● **Exercise brief**:
Lines holding the word "IFCGEOMETRICREPRESENTATIONSUBCONTEXT" are the ones to copy from the data below.

# # # #

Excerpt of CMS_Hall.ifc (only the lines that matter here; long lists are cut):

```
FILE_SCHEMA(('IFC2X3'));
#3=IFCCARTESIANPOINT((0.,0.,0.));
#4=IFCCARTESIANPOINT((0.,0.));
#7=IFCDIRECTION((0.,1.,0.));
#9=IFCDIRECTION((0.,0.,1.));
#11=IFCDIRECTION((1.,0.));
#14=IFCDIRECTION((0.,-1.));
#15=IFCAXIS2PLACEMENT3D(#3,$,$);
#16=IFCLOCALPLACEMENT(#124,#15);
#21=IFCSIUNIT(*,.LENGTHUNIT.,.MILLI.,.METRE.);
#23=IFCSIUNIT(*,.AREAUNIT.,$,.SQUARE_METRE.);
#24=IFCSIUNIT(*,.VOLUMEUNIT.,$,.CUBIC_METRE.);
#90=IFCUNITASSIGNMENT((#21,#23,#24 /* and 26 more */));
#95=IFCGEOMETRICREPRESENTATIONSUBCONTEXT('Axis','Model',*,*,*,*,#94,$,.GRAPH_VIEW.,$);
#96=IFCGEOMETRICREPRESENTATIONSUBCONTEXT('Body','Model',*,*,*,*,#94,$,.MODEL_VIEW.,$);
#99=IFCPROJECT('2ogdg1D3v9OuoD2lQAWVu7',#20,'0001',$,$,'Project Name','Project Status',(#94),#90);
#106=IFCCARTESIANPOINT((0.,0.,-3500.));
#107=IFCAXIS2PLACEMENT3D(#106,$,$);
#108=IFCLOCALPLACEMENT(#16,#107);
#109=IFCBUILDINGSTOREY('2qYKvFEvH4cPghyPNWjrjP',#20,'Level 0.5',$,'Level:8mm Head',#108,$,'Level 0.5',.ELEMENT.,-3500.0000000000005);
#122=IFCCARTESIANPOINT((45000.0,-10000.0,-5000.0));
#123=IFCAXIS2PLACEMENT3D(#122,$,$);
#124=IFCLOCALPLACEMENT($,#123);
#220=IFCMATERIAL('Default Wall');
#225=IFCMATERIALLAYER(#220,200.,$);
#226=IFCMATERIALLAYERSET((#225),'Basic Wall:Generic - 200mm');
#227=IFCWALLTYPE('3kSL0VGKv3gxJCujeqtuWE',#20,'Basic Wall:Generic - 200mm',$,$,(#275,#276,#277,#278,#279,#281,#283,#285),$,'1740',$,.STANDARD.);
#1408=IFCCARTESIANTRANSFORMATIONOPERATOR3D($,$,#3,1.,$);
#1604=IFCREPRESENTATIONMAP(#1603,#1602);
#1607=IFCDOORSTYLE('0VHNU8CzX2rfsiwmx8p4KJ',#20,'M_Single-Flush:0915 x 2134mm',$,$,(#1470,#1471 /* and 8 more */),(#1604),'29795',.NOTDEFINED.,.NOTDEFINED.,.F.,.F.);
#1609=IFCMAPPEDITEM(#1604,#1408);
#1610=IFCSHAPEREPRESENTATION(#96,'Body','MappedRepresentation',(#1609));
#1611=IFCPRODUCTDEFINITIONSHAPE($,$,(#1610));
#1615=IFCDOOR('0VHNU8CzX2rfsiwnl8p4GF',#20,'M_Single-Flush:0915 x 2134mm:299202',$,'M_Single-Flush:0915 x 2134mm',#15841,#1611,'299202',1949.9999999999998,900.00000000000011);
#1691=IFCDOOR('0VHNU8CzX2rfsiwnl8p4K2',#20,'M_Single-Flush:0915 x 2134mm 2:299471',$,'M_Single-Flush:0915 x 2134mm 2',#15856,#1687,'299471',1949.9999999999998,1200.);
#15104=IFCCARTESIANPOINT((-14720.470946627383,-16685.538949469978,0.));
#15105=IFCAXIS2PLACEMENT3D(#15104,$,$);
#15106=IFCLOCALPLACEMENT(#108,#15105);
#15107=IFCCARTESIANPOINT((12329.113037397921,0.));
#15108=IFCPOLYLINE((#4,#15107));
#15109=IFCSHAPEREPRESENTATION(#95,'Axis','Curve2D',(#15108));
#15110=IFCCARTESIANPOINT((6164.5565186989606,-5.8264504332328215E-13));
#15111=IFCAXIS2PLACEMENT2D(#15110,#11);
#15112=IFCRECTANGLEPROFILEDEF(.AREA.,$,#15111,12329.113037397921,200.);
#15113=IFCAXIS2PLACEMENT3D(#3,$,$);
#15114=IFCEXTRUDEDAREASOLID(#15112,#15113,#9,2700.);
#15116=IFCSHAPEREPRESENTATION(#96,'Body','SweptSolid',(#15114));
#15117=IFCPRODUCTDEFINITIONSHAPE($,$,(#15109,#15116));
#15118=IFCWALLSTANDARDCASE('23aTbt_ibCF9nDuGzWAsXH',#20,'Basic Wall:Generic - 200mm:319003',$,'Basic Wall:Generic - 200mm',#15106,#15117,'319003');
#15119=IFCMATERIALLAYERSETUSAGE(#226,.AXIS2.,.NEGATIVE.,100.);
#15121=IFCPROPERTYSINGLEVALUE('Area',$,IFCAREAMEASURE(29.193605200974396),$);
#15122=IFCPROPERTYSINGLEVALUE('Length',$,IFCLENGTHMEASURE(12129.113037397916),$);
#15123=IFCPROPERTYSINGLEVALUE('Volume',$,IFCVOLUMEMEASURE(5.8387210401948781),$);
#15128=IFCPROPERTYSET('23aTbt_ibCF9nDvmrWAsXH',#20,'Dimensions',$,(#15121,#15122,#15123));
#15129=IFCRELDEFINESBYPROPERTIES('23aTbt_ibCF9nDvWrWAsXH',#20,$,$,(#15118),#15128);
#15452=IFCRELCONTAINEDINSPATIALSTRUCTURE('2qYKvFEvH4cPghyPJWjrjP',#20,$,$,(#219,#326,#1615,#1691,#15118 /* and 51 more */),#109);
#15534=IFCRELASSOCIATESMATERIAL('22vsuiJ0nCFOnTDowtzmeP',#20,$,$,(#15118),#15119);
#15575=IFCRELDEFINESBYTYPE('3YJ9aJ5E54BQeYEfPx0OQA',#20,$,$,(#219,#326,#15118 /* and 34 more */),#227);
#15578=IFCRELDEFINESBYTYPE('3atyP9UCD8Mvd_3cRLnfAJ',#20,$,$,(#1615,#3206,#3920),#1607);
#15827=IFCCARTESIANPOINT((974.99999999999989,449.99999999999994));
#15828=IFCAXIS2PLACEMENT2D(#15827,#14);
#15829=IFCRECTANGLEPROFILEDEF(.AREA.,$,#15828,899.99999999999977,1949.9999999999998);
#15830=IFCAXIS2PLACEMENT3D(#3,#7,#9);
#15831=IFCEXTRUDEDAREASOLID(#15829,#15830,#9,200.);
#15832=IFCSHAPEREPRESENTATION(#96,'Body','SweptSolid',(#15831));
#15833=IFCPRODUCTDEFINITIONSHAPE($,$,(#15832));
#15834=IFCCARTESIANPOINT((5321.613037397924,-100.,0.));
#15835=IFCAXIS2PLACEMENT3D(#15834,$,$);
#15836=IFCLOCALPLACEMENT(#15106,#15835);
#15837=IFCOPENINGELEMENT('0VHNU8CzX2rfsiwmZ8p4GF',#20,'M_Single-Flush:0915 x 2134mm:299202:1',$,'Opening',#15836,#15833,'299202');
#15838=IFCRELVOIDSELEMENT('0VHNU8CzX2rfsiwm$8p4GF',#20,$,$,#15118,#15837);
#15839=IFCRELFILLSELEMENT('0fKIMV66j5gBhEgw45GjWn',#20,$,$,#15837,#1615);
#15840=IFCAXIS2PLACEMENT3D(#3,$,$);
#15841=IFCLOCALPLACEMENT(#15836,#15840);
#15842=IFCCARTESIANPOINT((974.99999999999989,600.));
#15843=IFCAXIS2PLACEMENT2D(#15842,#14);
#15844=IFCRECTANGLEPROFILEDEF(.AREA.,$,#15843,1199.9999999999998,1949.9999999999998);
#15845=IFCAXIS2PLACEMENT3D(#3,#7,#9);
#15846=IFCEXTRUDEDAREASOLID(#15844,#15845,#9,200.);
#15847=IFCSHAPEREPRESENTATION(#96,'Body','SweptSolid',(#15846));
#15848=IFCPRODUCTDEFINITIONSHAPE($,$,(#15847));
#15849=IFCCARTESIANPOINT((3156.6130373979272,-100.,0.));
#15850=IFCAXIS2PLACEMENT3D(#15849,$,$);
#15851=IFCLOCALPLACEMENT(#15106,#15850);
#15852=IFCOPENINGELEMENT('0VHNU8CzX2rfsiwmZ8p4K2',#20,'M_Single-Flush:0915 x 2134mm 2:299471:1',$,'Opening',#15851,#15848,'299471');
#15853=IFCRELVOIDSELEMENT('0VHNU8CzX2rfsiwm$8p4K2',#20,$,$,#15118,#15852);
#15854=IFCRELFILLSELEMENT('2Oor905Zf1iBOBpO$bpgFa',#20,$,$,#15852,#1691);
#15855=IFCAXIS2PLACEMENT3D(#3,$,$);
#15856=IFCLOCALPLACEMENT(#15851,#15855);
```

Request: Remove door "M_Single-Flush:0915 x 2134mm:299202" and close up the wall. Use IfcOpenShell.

```python
import ifcopenshell
import ifcopenshell.api.feature
import ifcopenshell.api.pset
import ifcopenshell.api.root
import ifcopenshell.geom
import ifcopenshell.util.element
import ifcopenshell.util.shape
import ifcopenshell.util.unit

model = ifcopenshell.open("CMS_Hall.ifc")
area_scale = ifcopenshell.util.unit.calculate_unit_scale(model, "AREAUNIT")
volume_scale = ifcopenshell.util.unit.calculate_unit_scale(model, "VOLUMEUNIT")
settings = ifcopenshell.geom.settings()


def volume(element):
    """Net volume in cubic metres, openings subtracted."""
    shape = ifcopenshell.geom.create_shape(settings, element)
    return ifcopenshell.util.shape.get_volume(shape.geometry)


door = model.by_guid("0VHNU8CzX2rfsiwnl8p4GF")
opening = door.FillsVoids[0].RelatingOpeningElement
wall = opening.VoidsElements[0].RelatingBuildingElement
before = volume(wall)

ifcopenshell.api.root.remove_product(model, product=door)
ifcopenshell.api.feature.remove_feature(model, feature=opening)

after = volume(wall)
thickness = 0.2  # wall thickness in metres

# Update the wall's stored quantities.
pset = model.by_id(ifcopenshell.util.element.get_pset(wall, "Dimensions", should_inherit=False)["id"])
ifcopenshell.api.pset.edit_pset(model, pset=pset, properties={
    "Area": model.create_entity("IfcAreaMeasure", after / thickness / area_scale),
    "Volume": model.create_entity("IfcVolumeMeasure", after / volume_scale),
})

print(f"wall volume {before:.3f} -> {after:.3f} m3")

model.write("CMS_Hall_v2.ifc")
```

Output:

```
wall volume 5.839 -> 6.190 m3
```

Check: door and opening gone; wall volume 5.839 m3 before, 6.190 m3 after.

# # # #

● **Answer for this exercise**:
#95=IFCGEOMETRICREPRESENTATIONSUBCONTEXT('Axis','Model',*,*,*,*,#94,$,.GRAPH_VIEW.,$);
#96=IFCGEOMETRICREPRESENTATIONSUBCONTEXT('Body','Model',*,*,*,*,#94,$,.MODEL_VIEW.,$);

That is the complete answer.